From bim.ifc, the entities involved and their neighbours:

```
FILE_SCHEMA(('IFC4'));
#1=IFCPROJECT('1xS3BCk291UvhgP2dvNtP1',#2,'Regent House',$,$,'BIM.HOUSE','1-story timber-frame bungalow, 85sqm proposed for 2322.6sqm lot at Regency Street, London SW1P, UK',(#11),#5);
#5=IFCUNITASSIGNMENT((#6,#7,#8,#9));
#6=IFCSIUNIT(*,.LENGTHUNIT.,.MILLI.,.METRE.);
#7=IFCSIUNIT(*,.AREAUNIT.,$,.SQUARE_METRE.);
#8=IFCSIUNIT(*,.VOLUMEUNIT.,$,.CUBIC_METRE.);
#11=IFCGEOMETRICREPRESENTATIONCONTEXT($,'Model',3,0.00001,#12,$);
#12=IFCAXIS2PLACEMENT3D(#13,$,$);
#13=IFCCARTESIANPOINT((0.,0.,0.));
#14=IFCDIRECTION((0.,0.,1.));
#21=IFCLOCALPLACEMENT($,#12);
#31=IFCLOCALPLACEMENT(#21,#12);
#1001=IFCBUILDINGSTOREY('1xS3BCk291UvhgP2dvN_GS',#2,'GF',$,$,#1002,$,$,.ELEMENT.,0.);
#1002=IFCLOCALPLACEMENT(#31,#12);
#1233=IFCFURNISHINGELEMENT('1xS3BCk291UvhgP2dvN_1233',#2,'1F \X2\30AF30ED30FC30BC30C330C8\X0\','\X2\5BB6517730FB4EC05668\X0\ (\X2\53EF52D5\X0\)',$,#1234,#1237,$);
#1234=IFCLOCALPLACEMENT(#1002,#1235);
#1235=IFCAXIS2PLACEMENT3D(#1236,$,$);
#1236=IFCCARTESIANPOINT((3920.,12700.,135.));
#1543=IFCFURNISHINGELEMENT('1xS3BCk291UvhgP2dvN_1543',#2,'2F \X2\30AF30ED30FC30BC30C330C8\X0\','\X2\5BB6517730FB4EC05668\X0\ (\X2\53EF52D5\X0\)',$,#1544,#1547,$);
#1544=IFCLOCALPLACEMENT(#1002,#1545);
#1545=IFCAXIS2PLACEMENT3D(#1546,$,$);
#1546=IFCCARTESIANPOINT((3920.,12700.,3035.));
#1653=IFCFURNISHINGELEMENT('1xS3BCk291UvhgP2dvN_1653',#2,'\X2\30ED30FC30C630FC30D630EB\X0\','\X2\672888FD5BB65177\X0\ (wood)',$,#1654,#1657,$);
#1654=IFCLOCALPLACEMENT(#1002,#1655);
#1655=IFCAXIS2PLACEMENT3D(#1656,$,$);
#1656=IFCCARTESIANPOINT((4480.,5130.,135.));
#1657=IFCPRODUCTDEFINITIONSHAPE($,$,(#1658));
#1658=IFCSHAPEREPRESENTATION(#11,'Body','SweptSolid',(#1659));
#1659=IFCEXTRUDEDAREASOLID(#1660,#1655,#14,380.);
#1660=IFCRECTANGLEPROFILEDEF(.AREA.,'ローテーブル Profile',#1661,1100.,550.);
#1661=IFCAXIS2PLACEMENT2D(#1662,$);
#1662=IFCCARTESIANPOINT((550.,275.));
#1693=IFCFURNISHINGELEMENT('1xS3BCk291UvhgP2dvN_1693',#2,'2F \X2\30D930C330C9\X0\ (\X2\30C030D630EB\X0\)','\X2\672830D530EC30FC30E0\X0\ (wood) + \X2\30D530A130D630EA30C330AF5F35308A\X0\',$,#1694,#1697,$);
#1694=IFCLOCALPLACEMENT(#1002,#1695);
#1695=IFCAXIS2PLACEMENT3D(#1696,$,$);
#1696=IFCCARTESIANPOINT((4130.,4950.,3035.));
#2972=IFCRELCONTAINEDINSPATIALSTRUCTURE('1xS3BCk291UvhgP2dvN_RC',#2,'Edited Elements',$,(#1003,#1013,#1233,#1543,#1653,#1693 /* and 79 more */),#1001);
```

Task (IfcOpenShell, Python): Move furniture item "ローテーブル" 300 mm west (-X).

```python
import ifcopenshell
import ifcopenshell.api.geometry
import ifcopenshell.util.placement

model = ifcopenshell.open("bim.ifc")

item = model.by_id(1653)
matrix = ifcopenshell.util.placement.get_local_placement(item.ObjectPlacement)
matrix[0, 3] -= 300.0
ifcopenshell.api.geometry.edit_object_placement(model, product=item, matrix=matrix, is_si=False)

print(ifcopenshell.util.placement.get_local_placement(item.ObjectPlacement).round(3) + 0.0)

model.write("bim-out.ifc")
```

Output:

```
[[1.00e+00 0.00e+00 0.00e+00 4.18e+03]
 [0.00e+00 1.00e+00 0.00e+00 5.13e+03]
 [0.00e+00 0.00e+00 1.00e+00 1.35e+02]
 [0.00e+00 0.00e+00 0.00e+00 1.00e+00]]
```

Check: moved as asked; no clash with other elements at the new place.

[TASK TO COMPLETE]:
A word-for-word restatement of every record above is expected.

[EXERCISE RESULT]:
From bim.ifc, the entities involved and their neighbours:

```
FILE_SCHEMA(('IFC4'));
#1=IFCPROJECT('1xS3BCk291UvhgP2dvNtP1',#2,'Regent House',$,$,'BIM.HOUSE','1-story timber-frame bungalow, 85sqm proposed for 2322.6sqm lot at Regency Street, London SW1P, UK',(#11),#5);
#5=IFCUNITASSIGNMENT((#6,#7,#8,#9));
#6=IFCSIUNIT(*,.LENGTHUNIT.,.MILLI.,.METRE.);
#7=IFCSIUNIT(*,.AREAUNIT.,$,.SQUARE_METRE.);
#8=IFCSIUNIT(*,.VOLUMEUNIT.,$,.CUBIC_METRE.);
#11=IFCGEOMETRICREPRESENTATIONCONTEXT($,'Model',3,0.00001,#12,$);
#12=IFCAXIS2PLACEMENT3D(#13,$,$);
#13=IFCCARTESIANPOINT((0.,0.,0.));
#14=IFCDIRECTION((0.,0.,1.));
#21=IFCLOCALPLACEMENT($,#12);
#31=IFCLOCALPLACEMENT(#21,#12);
#1001=IFCBUILDINGSTOREY('1xS3BCk291UvhgP2dvN_GS',#2,'GF',$,$,#1002,$,$,.ELEMENT.,0.);
#1002=IFCLOCALPLACEMENT(#31,#12);
#1233=IFCFURNISHINGELEMENT('1xS3BCk291UvhgP2dvN_1233',#2,'1F \X2\30AF30ED30FC30BC30C330C8\X0\','\X2\5BB6517730FB4EC05668\X0\ (\X2\53EF52D5\X0\)',$,#1234,#1237,$);
#1234=IFCLOCALPLACEMENT(#1002,#1235);
#1235=IFCAXIS2PLACEMENT3D(#1236,$,$);
#1236=IFCCARTESIANPOINT((3920.,12700.,135.));
#1543=IFCFURNISHINGELEMENT('1xS3BCk291UvhgP2dvN_1543',#2,'2F \X2\30AF30ED30FC30BC30C330C8\X0\','\X2\5BB6517730FB4EC05668\X0\ (\X2\53EF52D5\X0\)',$,#1544,#1547,$);
#1544=IFCLOCALPLACEMENT(#1002,#1545);
#1545=IFCAXIS2PLACEMENT3D(#1546,$,$);
#1546=IFCCARTESIANPOINT((3920.,12700.,3035.));
#1653=IFCFURNISHINGELEMENT('1xS3BCk291UvhgP2dvN_1653',#2,'\X2\30ED30FC30C630FC30D630EB\X0\','\X2\672888FD5BB65177\X0\ (wood)',$,#1654,#1657,$);
#1654=IFCLOCALPLACEMENT(#1002,#1655);
#1655=IFCAXIS2PLACEMENT3D(#1656,$,$);
#1656=IFCCARTESIANPOINT((4480.,5130.,135.));
#1657=IFCPRODUCTDEFINITIONSHAPE($,$,(#1658));
#1658=IFCSHAPEREPRESENTATION(#11,'Body','SweptSolid',(#1659));
#1659=IFCEXTRUDEDAREASOLID(#1660,#1655,#14,380.);
#1660=IFCRECTANGLEPROFILEDEF(.AREA.,'ローテーブル Profile',#1661,1100.,550.);
#1661=IFCAXIS2PLACEMENT2D(#1662,$);
#1662=IFCCARTESIANPOINT((550.,275.));
#1693=IFCFURNISHINGELEMENT('1xS3BCk291UvhgP2dvN_1693',#2,'2F \X2\30D930C330C9\X0\ (\X2\30C030D630EB\X0\)','\X2\672830D530EC30FC30E0\X0\ (wood) + \X2\30D530A130D630EA30C330AF5F35308A\X0\',$,#1694,#1697,$);
#1694=IFCLOCALPLACEMENT(#1002,#1695);
#1695=IFCAXIS2PLACEMENT3D(#1696,$,$);
#1696=IFCCARTESIANPOINT((4130.,4950.,3035.));
#2972=IFCRELCONTAINEDINSPATIALSTRUCTURE('1xS3BCk291UvhgP2dvN_RC',#2,'Edited Elements',$,(#1003,#1013,#1233,#1543,#1653,#1693 /* and 79 more */),#1001);
```

Task (IfcOpenShell, Python): Move furniture item "ローテーブル" 300 mm west (-X).

```python
import ifcopenshell
import ifcopenshell.api.geometry
import ifcopenshell.util.placement

model = ifcopenshell.open("bim.ifc")

item = model.by_id(1653)
matrix = ifcopenshell.util.placement.get_local_placement(item.ObjectPlacement)
matrix[0, 3] -= 300.0
ifcopenshell.api.geometry.edit_object_placement(model, product=item, matrix=matrix, is_si=False)

print(ifcopenshell.util.placement.get_local_placement(item.ObjectPlacement).round(3) + 0.0)

model.write("bim-out.ifc")
```

Output:

```
[[1.00e+00 0.00e+00 0.00e+00 4.18e+03]
 [0.00e+00 1.00e+00 0.00e+00 5.13e+03]
 [0.00e+00 0.00e+00 1.00e+00 1.35e+02]
 [0.00e+00 0.00e+00 0.00e+00 1.00e+00]]
```

Check: moved as asked; no clash with other elements at the new place.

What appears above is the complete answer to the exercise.